Conly also said that although enrollment rates for both boys and girls have risen worldwide, several former communist countries have seen a decline in enrollment.

Conly said that enrollment rates at the secondary level since 1985 plunged in Albania, Bulgaria and Romania, reflecting the economic dislocations and civil conflicts those countries have been experiencing since the end of communism.

In 1985, Albania had over 75 percent enrollment for both sexes. By 1995, 35 percent of boys and girls were enrolled at the secondary level. Bulgaria and Romania's enrollment rate, which was at around 100 percent in 1985, is now at 70 percent.

She also said she was surprised that few countries which emerged following the communist collapse in the former Soviet Union and Eastern Europe have achieved universal enrollment. She noted, for example, that the number of children enrolled in school was especially low in Georgia, Uzbekistan and in Yugoslavia.

A possible reason for the low enrollment rate, Conly said, is that investment in education has fallen sharply in many countries facing economic transition. This results in the lowering of the quality of education and in enrollment rates for both sexes.

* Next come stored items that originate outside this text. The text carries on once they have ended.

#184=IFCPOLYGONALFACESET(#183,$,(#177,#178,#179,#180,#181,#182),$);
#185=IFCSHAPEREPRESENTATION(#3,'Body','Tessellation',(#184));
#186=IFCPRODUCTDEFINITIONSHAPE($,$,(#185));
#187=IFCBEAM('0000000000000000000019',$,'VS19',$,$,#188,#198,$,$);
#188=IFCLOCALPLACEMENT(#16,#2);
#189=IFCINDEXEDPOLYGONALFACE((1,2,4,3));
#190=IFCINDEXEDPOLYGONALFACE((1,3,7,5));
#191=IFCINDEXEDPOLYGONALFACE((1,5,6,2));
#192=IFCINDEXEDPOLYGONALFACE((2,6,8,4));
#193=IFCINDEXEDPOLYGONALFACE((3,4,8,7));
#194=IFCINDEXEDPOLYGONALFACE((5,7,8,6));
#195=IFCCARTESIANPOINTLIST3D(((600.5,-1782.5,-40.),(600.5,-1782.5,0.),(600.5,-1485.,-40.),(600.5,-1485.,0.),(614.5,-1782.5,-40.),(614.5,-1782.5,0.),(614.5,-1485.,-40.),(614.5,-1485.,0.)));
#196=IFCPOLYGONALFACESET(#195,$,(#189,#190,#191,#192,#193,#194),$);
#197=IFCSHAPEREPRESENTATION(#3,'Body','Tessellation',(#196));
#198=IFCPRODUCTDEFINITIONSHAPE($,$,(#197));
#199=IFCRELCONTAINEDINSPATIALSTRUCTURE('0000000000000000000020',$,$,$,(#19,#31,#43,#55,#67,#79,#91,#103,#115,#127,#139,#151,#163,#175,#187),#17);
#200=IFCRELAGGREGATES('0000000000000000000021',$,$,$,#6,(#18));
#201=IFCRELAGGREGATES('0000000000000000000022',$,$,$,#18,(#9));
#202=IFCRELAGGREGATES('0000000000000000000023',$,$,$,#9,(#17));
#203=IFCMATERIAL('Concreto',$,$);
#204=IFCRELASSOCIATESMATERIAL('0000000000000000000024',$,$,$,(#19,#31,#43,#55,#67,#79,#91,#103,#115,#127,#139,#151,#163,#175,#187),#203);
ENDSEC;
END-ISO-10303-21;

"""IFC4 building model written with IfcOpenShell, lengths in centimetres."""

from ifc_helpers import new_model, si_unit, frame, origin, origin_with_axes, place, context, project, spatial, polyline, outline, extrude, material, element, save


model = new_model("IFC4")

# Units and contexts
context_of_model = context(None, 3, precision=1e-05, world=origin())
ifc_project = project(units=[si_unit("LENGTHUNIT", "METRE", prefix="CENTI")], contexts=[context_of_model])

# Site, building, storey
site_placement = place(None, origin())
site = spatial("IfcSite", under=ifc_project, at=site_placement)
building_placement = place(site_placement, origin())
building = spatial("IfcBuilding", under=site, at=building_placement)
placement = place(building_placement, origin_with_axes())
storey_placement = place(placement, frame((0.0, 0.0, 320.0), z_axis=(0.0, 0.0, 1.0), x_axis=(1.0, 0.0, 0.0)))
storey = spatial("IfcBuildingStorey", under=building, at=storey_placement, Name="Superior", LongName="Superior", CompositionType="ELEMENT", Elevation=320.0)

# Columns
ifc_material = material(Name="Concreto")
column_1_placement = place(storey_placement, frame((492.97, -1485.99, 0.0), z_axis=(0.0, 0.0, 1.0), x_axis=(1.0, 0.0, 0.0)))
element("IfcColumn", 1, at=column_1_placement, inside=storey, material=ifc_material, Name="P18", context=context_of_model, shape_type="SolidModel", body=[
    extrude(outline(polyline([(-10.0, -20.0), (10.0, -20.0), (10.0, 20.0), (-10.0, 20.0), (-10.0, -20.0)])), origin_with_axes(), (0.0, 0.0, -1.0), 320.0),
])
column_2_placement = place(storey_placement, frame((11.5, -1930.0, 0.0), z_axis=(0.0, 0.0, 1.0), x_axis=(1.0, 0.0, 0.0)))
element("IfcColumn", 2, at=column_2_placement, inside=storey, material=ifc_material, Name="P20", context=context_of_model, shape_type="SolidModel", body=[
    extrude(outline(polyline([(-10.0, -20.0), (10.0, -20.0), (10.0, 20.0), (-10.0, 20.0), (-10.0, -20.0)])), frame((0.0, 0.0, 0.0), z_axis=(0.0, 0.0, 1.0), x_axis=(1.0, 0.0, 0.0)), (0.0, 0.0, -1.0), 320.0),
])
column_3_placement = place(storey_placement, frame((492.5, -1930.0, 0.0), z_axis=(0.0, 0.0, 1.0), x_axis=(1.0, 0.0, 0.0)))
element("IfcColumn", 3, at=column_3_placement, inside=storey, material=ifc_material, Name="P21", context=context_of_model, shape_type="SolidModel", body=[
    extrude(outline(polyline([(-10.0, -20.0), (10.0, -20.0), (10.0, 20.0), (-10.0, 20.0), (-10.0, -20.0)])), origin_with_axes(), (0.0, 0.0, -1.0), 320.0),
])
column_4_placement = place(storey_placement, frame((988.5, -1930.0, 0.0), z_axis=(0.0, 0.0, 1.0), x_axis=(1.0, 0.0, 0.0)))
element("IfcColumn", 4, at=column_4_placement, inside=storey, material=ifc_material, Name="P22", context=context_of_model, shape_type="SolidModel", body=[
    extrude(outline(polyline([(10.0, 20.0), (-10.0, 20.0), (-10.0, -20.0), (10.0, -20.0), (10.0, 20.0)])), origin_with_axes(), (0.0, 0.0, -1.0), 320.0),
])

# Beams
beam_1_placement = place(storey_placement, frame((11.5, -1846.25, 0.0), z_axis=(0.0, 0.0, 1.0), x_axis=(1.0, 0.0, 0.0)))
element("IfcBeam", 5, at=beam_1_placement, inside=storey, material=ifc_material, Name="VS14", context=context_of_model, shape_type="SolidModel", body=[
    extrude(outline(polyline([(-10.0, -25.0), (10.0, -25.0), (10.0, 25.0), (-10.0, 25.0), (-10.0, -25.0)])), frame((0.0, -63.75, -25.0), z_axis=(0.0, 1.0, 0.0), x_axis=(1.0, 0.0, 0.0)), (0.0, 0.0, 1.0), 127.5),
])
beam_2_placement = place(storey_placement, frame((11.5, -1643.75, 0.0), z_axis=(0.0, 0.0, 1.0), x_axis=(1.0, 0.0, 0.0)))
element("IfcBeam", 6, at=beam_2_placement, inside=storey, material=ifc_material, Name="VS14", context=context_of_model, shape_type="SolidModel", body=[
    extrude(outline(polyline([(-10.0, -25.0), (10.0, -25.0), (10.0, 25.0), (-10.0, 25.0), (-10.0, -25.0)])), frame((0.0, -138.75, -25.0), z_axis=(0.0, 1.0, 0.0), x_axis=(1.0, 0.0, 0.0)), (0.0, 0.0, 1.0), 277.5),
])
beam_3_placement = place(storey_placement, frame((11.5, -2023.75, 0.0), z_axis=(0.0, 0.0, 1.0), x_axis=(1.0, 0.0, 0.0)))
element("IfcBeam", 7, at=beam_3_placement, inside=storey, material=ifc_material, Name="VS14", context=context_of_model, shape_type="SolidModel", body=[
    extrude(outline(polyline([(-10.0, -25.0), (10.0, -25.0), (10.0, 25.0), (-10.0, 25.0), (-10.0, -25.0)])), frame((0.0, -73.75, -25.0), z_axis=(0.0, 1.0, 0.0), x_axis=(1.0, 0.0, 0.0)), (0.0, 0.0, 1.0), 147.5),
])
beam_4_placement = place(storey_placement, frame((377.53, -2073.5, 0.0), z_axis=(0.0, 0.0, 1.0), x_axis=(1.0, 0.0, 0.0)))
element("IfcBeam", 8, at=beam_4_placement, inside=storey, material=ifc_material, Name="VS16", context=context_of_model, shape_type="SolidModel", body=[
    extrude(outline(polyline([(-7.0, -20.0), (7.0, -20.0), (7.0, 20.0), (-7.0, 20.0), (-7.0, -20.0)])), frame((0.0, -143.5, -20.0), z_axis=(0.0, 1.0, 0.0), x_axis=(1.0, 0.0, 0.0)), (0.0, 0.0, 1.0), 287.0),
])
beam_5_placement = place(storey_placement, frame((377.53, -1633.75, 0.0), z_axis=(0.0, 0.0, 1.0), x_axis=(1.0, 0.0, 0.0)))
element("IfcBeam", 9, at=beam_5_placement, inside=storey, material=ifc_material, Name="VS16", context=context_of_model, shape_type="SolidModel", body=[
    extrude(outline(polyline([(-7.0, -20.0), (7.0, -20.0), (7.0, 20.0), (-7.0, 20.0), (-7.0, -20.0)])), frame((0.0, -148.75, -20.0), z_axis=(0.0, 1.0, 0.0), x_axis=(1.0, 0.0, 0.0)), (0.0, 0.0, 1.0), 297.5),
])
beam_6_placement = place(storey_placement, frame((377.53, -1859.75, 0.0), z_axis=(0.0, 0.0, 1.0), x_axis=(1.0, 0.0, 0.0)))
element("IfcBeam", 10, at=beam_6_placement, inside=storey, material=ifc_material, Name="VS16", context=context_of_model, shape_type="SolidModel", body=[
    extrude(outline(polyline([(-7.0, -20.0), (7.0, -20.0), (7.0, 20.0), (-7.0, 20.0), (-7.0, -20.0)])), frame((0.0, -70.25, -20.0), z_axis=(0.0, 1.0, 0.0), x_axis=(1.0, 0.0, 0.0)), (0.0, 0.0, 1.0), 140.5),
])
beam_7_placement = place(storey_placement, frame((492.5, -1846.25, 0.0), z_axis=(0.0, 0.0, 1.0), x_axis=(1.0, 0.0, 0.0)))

Amy Coen, president of Population Action International, said the study found a strong link between girls' secondary school enrollment and teen birthrates. The study says girls who are less educated are more likely to become mothers as adolescents. According to the study, the majority of countries with high female enrollment rates had less than 30 pregnancies per 1,000 students. An exception is the United States, where the birthrate among teenage girls is 64 per 1,000 students.

But, in some of the former Soviet Republics, more school enrollment does not necessarily mean fewer pregnancies. With over 90 percent of its 15 to 19 year old girls in school, Armenia has 61 births per 1,000 girls. Ukraine has 43, and the Russian Federation has 37.

Conly, who co-authored the study, said narrowing the gender gap in education will cost time and money. She estimated that it will take $9.5 billion to close the gender gap by 2005, and even that figure is very conservative.

But, she said, Americans spent that amount last year on athletic footwear, and Europeans and Americans together spend more than $12 billion a year on perfume.